Archive for June, 2010

“A Class of Leaders…moves briskly and has a moral…”

A Class of Leaders is a wonderful novel. It’s well told, moves briskly, has a moral, and looks back at a time (1969) and place (South Central Los Angeles). A great read! I could see it as a Showtime movie. —Gary Turchin, author of The Silly-Verse Universe

Week 35 – Don’t Think, Keep on Writing

Many writers have asked me, “What should I do if I have to write something, or feel like writing something, but don’t know what to say?”

My answer to them is, “An idea will eventually come to you if you keep on writing.”

Julia Cameron, a woman who makes you want to write if you read her many books on writing, says, “It is the act of writing that calls ideas forward, not ideas that call forward writing.”

If you have a deadline to meet or an inclination to write but don’t know what to say, should you think before you write or write before you think?

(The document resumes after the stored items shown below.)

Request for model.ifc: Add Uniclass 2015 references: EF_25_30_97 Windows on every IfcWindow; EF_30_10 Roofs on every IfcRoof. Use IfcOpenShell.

First a look at what the model holds.

```python
import ifcopenshell

model = ifcopenshell.open("model.ifc")
print(model.schema)
print("classifications:", [c.Name for c in model.by_type("IfcClassification")])
for ifc_class in ("IfcDoor", "IfcRoof", "IfcStair", "IfcWall", "IfcWindow"):
    print(ifc_class, len(model.by_type(ifc_class)))
```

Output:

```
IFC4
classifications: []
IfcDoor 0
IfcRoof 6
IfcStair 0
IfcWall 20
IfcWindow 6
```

```python
import ifcopenshell
import ifcopenshell.api.classification

model = ifcopenshell.open("model.ifc")

system = ifcopenshell.api.classification.add_classification(model, classification="Uniclass 2015")

codes = {
    "IfcWindow": ("EF_25_30_97", "Windows"),
    "IfcRoof": ("EF_30_10", "Roofs"),
}
for ifc_class, (code, name) in codes.items():
    products = model.by_type(ifc_class)
    ifcopenshell.api.classification.add_reference(
        model, products=products, classification=system, identification=code, name=name
    )
    print(code, len(products))

model.write("model_edited.ifc")
```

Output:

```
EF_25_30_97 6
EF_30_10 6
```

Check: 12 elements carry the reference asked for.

I say, “Don’t think, but keep on writing until an idea comes to mind.”

Let me give you an example. Many times, since I began this project, I’ve said to myself (and I’ll probably say it again), “What am I going to write about today?” What I do is sit down to write and invariably, if I keep on writing without thinking, an idea will float to the surface. If I try to think about what I want to write, most of the time nothing materializes.

So, if you don’t have an idea to write about, keep on writing without thinking. I swear you’ll come up with an idea.

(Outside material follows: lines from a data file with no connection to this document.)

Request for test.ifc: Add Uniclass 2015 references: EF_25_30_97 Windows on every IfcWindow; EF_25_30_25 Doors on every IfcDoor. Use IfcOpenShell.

First a look at what the model holds.

```python
import ifcopenshell

model = ifcopenshell.open("test.ifc")
print(model.schema)
print("classifications:", [c.Name for c in model.by_type("IfcClassification")])
for ifc_class in ("IfcDoor", "IfcRoof", "IfcStair", "IfcWall", "IfcWindow"):
    print(ifc_class, len(model.by_type(ifc_class)))
```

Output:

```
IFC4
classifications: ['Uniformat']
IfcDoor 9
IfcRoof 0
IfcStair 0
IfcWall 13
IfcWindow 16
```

```python
import ifcopenshell
import ifcopenshell.api.classification

model = ifcopenshell.open("test.ifc")

system = ifcopenshell.api.classification.add_classification(model, classification="Uniclass 2015")

codes = {
    "IfcWindow": ("EF_25_30_97", "Windows"),
    "IfcDoor": ("EF_25_30_25", "Doors"),
}
for ifc_class, (code, name) in codes.items():
    products = model.by_type(ifc_class)
    ifcopenshell.api.classification.add_reference(
        model, products=products, classification=system, identification=code, name=name
    )
    print(code, len(products))

model.write("test_edited.ifc")
```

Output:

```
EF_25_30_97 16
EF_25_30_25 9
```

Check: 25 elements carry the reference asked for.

“The students’ voices…are exceptional.”

I thoroughly enjoyed A Class of Leaders. The students’ voices, in their speech and written notes, are exceptional. It’s Joseph Sutton’s best. —Gerald Rosen, author of The Carmen Miranda Memorial Flagpole

Week 34 – One Way to Get a Writing Project Started

While teaching at Fremont High School in South Los Angeles, I wrote in my journal, every day, for four months, and used those notes to produce a novel about a white teacher in a black ghetto high school. I called the book A Class of Leaders.

When I was a young writer living in Berkeley, my girlfriend and I broke up after living together for four years. Soon after the split, I witnessed the death of my father in Los Angeles. To overcome those two losses, I decided to hit the highways of America in my VW bus. I wrote in my journal, every day, on that three-month journey. After I settled down in Portland, Oregon, I used my journal entries to write my second novel, Highway Sailor: A Rollicking American Journey.

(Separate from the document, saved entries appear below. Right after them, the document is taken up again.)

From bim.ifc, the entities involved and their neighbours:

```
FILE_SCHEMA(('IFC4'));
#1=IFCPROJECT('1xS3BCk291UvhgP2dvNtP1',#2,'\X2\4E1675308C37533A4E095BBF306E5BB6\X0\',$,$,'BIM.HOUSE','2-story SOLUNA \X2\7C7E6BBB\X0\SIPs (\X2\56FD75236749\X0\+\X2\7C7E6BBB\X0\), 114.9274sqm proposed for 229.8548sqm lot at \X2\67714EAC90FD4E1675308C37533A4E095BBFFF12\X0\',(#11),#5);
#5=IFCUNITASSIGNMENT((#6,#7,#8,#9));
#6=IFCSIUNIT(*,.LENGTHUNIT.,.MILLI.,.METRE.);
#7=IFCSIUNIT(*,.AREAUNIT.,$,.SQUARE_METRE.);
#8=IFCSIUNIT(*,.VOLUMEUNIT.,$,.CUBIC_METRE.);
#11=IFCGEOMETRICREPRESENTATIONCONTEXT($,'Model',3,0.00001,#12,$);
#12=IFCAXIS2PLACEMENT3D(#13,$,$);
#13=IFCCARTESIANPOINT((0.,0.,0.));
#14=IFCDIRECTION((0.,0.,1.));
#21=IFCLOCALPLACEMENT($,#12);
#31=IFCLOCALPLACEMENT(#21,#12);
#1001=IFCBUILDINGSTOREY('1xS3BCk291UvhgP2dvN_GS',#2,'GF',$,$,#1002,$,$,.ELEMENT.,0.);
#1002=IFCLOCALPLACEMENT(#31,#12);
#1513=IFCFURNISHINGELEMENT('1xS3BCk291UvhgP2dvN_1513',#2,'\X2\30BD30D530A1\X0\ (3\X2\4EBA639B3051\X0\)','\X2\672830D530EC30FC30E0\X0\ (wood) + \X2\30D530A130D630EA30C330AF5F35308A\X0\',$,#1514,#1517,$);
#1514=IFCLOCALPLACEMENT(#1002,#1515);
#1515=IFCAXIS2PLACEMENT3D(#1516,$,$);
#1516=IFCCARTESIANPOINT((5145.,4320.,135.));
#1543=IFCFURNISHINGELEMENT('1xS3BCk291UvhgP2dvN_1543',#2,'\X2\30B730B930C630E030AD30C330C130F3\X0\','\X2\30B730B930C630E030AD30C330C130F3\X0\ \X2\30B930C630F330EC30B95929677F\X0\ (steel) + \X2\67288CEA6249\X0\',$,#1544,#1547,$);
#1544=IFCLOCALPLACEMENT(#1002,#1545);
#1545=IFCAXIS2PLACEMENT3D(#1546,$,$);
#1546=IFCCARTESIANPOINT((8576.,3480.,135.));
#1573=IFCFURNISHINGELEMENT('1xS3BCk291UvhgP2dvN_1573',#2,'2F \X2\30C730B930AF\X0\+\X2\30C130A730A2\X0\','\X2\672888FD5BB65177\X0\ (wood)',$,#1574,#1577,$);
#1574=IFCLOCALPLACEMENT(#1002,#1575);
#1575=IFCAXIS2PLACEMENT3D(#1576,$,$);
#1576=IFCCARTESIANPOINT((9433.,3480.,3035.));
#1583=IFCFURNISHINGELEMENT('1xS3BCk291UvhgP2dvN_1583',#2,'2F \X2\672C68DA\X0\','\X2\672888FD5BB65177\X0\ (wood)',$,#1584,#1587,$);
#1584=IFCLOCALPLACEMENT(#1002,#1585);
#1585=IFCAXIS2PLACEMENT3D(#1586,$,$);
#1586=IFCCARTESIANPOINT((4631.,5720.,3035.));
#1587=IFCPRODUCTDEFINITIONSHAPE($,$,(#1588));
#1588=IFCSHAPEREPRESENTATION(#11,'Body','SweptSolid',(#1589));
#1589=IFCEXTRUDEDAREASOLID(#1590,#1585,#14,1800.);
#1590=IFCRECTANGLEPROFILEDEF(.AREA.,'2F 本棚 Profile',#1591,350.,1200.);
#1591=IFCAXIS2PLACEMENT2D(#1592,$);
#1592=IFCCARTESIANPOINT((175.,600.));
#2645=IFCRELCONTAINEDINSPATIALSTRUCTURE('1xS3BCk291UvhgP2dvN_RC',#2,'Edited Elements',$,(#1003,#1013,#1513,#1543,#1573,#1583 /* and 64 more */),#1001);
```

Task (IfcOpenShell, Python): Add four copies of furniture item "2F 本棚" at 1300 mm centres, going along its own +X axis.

```python
import ifcopenshell
import ifcopenshell.api.geometry
import ifcopenshell.api.root
import ifcopenshell.util.element
import ifcopenshell.util.placement
import ifcopenshell.util.unit

model = ifcopenshell.open("bim.ifc")
unit_scale = ifcopenshell.util.unit.calculate_unit_scale(model)


def reuse_history(source, copy):
    """copy_class also copies each property set's owner history, people and application; keep the originals."""
    for rel in copy.IsDefinedBy:
        if rel.is_a("IfcRelDefinesByProperties") and (history := rel.RelatingPropertyDefinition.OwnerHistory):
            rel.RelatingPropertyDefinition.OwnerHistory = source.OwnerHistory
            ifcopenshell.util.element.remove_deep2(model, history)


source = model.by_guid("1xS3BCk291UvhgP2dvN_1583")
base = ifcopenshell.util.placement.get_local_placement(source.ObjectPlacement)
step = base[:3, 0] * 1.3 / unit_scale

for i in range(1, 5):
    copy = ifcopenshell.api.root.copy_class(model, product=source)
    copy.Representation = ifcopenshell.util.element.copy_deep(
        model, source.Representation, exclude=["IfcGeometricRepresentationContext", "IfcRepresentationMap"]
    )
    reuse_history(source, copy)
    matrix = base.copy()
    matrix[:3, 3] += i * step
    print("added at", matrix[:3, 3].round(3) + 0.0)
    ifcopenshell.api.geometry.edit_object_placement(model, product=copy, matrix=matrix, is_si=False)

model.write("bim_v2.ifc")
```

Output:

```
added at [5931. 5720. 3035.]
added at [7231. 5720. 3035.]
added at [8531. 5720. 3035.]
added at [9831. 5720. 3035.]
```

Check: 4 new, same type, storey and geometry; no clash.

For my third novel, Morning Pages: The Almost True Story of My Life, about a writer overcoming writer’s block, I wrote in my journal, every day, for three months. Again, I used my daily journal entries to write that novel.

Do you see a pattern of how those novels came into being? I wrote in my journal, every day, for three or four months.

I’m not saying you should follow my pattern. What I’m saying is, if you write in your journal, every day, for a month or two or three, it’s one way to get a writing project off the ground. At the very least you’ll have plenty of material to work with.